Road Biking 11 Sep | Bicycling in Washington


----------



## Argentius (Aug 26, 2004)

The official route guide had 75XX elevation, but, there was the last-minute change to return through Randle instead of getting back onto 12 much closer to Packwood. I didn't use GPS but yours sounds within the margin of error for phone-based GPS systems.

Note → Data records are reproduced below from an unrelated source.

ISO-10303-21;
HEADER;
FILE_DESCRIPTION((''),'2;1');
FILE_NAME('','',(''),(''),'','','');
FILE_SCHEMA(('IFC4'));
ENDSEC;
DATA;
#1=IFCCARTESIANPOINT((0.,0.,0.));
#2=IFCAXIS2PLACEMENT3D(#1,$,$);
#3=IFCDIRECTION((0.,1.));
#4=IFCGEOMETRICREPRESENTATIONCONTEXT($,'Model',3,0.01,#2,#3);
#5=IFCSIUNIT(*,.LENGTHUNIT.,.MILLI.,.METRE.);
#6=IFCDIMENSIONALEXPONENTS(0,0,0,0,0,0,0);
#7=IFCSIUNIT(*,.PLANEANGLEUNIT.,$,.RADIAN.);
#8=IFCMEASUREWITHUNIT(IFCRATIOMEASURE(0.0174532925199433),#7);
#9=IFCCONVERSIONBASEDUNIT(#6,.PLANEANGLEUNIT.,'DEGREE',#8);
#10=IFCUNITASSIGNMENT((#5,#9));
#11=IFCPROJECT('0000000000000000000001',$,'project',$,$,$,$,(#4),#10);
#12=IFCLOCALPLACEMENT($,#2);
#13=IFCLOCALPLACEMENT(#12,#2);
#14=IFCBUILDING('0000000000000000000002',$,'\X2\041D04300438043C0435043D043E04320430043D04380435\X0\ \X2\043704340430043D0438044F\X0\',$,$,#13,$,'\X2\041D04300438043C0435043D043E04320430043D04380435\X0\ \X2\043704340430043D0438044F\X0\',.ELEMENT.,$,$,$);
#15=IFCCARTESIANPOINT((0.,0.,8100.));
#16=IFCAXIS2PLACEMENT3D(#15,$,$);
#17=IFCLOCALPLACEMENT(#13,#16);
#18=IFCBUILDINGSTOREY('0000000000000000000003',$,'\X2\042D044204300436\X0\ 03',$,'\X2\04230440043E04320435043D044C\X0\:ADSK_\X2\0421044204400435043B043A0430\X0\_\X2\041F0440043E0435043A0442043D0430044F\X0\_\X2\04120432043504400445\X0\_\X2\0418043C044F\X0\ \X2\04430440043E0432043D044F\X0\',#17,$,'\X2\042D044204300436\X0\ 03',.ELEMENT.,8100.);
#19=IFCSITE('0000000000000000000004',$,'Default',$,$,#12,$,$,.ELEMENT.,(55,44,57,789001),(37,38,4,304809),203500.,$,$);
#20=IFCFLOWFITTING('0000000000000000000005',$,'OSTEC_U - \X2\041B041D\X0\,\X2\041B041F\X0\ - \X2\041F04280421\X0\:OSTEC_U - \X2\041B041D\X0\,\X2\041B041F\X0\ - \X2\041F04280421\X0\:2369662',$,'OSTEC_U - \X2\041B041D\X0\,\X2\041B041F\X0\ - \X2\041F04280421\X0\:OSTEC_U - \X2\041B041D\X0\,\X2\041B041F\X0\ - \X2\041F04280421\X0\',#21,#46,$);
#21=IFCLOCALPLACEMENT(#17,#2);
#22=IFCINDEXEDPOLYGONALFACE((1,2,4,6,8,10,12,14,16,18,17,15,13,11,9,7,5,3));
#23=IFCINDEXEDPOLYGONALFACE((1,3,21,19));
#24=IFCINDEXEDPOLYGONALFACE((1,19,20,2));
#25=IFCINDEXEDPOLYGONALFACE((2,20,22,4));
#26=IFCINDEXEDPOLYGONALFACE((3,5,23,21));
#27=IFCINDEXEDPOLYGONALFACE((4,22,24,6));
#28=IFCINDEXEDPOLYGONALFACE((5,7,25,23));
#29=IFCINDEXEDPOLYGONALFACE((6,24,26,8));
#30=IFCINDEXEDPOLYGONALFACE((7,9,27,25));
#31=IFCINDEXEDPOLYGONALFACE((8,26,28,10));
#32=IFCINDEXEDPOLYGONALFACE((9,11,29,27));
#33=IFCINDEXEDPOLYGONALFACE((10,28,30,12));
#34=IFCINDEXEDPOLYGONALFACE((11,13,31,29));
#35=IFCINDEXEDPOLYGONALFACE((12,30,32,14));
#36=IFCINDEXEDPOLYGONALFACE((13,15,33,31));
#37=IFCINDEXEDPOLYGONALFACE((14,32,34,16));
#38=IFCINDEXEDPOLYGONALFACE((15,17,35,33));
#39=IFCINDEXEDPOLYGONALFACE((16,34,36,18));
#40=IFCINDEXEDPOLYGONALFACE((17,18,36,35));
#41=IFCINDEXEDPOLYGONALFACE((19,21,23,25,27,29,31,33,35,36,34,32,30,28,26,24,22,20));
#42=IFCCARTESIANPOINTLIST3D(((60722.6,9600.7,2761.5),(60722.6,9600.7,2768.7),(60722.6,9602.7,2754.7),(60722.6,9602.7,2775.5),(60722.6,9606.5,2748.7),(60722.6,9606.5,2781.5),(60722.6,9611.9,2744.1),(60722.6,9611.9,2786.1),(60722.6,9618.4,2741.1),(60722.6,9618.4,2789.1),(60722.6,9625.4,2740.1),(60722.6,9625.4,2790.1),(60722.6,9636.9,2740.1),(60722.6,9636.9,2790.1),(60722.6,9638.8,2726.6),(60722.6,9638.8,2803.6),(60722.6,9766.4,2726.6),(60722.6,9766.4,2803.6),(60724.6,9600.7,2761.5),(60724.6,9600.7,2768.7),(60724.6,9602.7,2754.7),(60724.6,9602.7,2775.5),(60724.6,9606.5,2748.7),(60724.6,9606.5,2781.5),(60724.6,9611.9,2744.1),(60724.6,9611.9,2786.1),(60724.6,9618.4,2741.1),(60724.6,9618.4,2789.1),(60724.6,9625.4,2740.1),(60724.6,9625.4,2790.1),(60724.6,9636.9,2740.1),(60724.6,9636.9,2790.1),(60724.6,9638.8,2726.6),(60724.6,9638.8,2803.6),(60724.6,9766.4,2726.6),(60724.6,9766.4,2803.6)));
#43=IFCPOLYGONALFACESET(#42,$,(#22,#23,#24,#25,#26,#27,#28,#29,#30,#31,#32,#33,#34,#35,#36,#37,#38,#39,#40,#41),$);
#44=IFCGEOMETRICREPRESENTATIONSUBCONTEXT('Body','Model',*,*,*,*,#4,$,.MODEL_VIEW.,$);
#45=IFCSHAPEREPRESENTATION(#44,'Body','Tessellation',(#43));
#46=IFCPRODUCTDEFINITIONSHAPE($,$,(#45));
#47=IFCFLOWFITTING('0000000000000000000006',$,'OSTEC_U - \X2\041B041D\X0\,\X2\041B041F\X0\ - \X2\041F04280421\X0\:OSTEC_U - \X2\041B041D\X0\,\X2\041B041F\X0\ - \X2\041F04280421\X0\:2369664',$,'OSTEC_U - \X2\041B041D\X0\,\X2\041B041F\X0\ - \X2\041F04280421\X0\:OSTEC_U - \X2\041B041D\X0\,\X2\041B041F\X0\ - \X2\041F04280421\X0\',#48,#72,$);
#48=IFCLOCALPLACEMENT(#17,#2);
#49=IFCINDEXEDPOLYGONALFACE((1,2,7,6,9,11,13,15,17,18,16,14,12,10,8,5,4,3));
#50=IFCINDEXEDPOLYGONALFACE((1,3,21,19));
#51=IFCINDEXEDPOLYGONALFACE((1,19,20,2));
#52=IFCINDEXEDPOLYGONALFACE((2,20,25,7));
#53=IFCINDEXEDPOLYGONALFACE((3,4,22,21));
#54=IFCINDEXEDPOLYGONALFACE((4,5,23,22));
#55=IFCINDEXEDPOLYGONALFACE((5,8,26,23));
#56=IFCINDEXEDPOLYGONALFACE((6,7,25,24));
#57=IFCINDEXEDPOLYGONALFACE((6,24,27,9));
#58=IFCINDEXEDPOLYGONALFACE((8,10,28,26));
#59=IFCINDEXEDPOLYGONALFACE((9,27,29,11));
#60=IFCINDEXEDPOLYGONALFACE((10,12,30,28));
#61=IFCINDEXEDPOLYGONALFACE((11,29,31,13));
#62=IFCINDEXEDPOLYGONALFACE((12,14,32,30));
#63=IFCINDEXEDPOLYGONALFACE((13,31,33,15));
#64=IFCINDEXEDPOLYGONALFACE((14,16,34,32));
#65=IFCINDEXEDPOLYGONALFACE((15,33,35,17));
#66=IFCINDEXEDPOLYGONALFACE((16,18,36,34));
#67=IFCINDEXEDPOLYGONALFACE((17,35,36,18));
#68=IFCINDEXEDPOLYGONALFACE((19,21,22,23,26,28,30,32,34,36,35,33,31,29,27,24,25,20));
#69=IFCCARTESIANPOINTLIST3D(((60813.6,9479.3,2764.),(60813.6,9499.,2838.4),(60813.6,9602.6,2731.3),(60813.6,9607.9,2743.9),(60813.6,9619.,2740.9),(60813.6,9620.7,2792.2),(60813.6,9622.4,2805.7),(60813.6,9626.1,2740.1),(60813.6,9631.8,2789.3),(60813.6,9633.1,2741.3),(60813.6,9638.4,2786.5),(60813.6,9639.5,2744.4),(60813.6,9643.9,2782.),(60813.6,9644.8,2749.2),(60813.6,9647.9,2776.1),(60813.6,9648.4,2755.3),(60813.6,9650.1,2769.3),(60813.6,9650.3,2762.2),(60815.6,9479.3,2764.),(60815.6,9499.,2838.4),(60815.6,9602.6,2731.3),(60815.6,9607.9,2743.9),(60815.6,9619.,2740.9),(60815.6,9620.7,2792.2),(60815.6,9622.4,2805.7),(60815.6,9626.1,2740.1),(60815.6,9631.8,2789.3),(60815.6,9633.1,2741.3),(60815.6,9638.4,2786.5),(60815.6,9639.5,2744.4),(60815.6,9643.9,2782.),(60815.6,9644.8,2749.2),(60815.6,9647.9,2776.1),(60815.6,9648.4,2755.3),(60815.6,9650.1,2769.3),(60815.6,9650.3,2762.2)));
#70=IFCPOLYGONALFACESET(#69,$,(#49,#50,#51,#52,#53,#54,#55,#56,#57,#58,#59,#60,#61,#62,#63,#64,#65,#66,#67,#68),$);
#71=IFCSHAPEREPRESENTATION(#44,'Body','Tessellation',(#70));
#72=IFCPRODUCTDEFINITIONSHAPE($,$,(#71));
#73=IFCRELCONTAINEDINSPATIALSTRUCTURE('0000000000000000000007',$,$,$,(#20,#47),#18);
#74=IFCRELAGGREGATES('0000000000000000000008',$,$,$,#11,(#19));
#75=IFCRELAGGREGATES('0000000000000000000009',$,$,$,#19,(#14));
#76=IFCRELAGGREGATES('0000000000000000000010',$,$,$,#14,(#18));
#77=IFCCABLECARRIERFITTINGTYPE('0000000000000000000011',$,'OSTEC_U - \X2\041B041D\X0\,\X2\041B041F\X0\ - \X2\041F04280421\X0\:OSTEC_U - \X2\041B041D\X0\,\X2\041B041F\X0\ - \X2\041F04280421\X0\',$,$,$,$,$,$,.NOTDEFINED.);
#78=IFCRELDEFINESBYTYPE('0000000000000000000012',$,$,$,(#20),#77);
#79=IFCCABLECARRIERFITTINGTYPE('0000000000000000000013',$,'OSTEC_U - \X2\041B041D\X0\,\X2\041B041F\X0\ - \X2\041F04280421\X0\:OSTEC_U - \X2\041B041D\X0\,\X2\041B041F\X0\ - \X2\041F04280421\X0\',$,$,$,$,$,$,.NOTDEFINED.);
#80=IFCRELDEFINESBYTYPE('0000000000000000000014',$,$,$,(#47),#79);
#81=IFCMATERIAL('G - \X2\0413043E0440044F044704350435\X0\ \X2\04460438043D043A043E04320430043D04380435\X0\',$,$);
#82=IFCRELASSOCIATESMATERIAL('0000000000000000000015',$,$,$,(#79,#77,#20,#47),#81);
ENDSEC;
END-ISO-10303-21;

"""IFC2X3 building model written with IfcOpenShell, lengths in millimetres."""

from ifc_helpers import new_model, entity, si_unit, converted_unit, direction, frame, frame_2d, origin, place, context, subcontext, project, spatial, polyline, circle_curve, parameter, trimmed, segment, composite_curve, outline, extrude, source, transform, mapped, material, type_object, type_shapes, element, save


model = new_model("IFC2X3")

# Units and contexts
model_context = context("Model", 3, precision=0.01, world=origin(), true_north=direction((0.0, 1.0)))
body_context = subcontext(model_context, "Body", "Model", "MODEL_VIEW")
ifc_project = project(units=[si_unit("LENGTHUNIT", "METRE", prefix="MILLI"), converted_unit("PLANEANGLEUNIT", "DEGREE", entity("IfcRatioMeasure", 0.0174532925199433), si_unit("PLANEANGLEUNIT", "RADIAN"), dimensions=[0, 0, 0, 0, 0, 0, 0])], contexts=[model_context])

# Site, building, storey
site_placement = place(None, origin())
site = spatial("IfcSite", under=ifc_project, at=site_placement, Name="Default", CompositionType="ELEMENT", RefLatitude=(55, 44, 57, 789001), RefLongitude=(37, 38, 4, 304809), RefElevation=203500.0)
building_placement = place(site_placement, origin())
building = spatial("IfcBuilding", under=site, at=building_placement, Name="Наименование здания", LongName="Наименование здания", CompositionType="ELEMENT")
storey_placement = place(building_placement, frame((0.0, 0.0, 8100.0)))
storey = spatial("IfcBuildingStorey", under=building, at=storey_placement, Name="Этаж 03", ObjectType="Уровень:ADSK_Стрелка_Проектная_Вверх_Имя уровня", LongName="Этаж 03", CompositionType="ELEMENT", Elevation=8100.0)

# Flow fittings
ifc_material_1 = material(Name="G - Горячее цинкование")
cable_carrier_fitting_type_1 = type_object("IfcCableCarrierFittingType", Name="OSTEC_U - ЛН,ЛП - ПШС:OSTEC_U - ЛН,ЛП - ПШС", PredefinedType="NOTDEFINED", material=ifc_material_1)
shared_shape_1 = source(origin(), body_context, "Body", "SweptSolid", [
    extrude(outline(composite_curve([segment(trimmed(circle_curve(frame_2d((-41.5, 0.0), x_axis=(1.0, 0.0)), 25.0), [parameter(90.0)], [parameter(270.0)], True, "PARAMETER"), True, "CONTINUOUS"), segment(polyline([(-41.5, -25.0), (-30.0, -25.0)]), True, "CONTINUOUS"), segment(polyline([(-30.0, -25.0), (-28.1, -38.5)]), True, "CONTINUOUS"), segment(polyline([(-28.1, -38.5), (99.5, -38.5)]), True, "CONTINUOUS"), segment(polyline([(99.5, -38.5), (99.5, 38.5)]), True, "CONTINUOUS"), segment(polyline([(99.5, 38.5), (-28.1, 38.5)]), True, "CONTINUOUS"), segment(polyline([(-28.1, 38.5), (-30.0, 25.0)]), True, "CONTINUOUS"), segment(polyline([(-30.0, 25.0), (-41.5, 25.0)]), True, "CONTINUOUS")], self_intersect=False)), frame((41.5, 0.0, 0.0)), (0.0, 0.0, 1.0), 2.0),
])
type_shapes(cable_carrier_fitting_type_1, [shared_shape_1])
cable_carrier_fitting_type_2 = type_object("IfcCableCarrierFittingType", Name="OSTEC_U - ЛН,ЛП - ПШС:OSTEC_U - ЛН,ЛП - ПШС", PredefinedType="NOTDEFINED", material=ifc_material_1)
type_shapes(cable_carrier_fitting_type_2, [shared_shape_1])
flow_fitting_1_placement = place(storey_placement, frame((60724.7, 9625.4, 2765.1), z_axis=(-1.0, 0.0, 0.0), x_axis=(0.0, 1.0, -0.000005)))
element("IfcFlowFitting", 1, at=flow_fitting_1_placement, inside=storey, type_object=cable_carrier_fitting_type_2, material=ifc_material_1, Name="OSTEC_U - ЛН,ЛП - ПШС:OSTEC_U - ЛН,ЛП - ПШС:2369662", ObjectType="OSTEC_U - ЛН,ЛП - ПШС:OSTEC_U - ЛН,ЛП - ПШС", context=body_context, shape_type="MappedRepresentation", body=[
    mapped(shared_shape_1, transform((0.0, 0.0, 0.0), scale=1.0)),
])
flow_fitting_2_placement = place(storey_placement, frame((60813.6, 9625.4, 2765.1), z_axis=(1.0, 0.0, 0.0), x_axis=(0.0, -0.966668, 0.256034)))
element("IfcFlowFitting", 2, at=flow_fitting_2_placement, inside=storey, type_object=cable_carrier_fitting_type_1, material=ifc_material_1, Name="OSTEC_U - ЛН,ЛП - ПШС:OSTEC_U - ЛН,ЛП - ПШС:2369664", ObjectType="OSTEC_U - ЛН,ЛП - ПШС:OSTEC_U - ЛН,ЛП - ПШС", context=body_context, shape_type="MappedRepresentation", body=[
    mapped(shared_shape_1, transform((0.0, 0.0, 0.0), scale=1.0)),
])

save(model, "model.ifc")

Anyone with a Garmin with a barometric-plus-GPS altimeter get a read?


----------



## gregl1956 (Dec 24, 2005)

*HPC Elevation*

I rode the HPC yesterday and had 6,660' on my Polar CS500


----------



## litespeed1 (Nov 15, 2005)

*6550*

My 705 said 6550'


----------



## MisterAngular (Feb 6, 2007)

If I recall correctly, my Garmin 705 said about 6900 feet of total ascent at the end of the ride this year. TrainingPeaks WKO+ 2.2 anazlying the same data said 7548 feet.


----------



## Argentius (Aug 26, 2004)

*Ride report*

A few people asked for one, so, I rambled at some length about the thing.

Short version:

Holy wow. If you didn't do this ride, do this ride. That's all.


----------



## litespeed1 (Nov 15, 2005)

Thats an impresive ride. I would be interested in where they had timing chip readings, since its not a race, maybe stations on the decent to see if people were decending too fast. You mentioned that someone fell through the bridge. I was that guy in 2009. At that time there was no chicken wire over the diamonds in the bridge and my wheel slipped off the planks on the decent and I managed to hit it just right. First serius accident in over 100k of riding at least 500 races, sooner or later your number comes up, hope thats my worst with most of the ribs broken,, 2 fractured vertibre. The good news is I did the ride this year, not as fast as you, but im 52, well in the gold metal numbrs and happy to be ridding agian


----------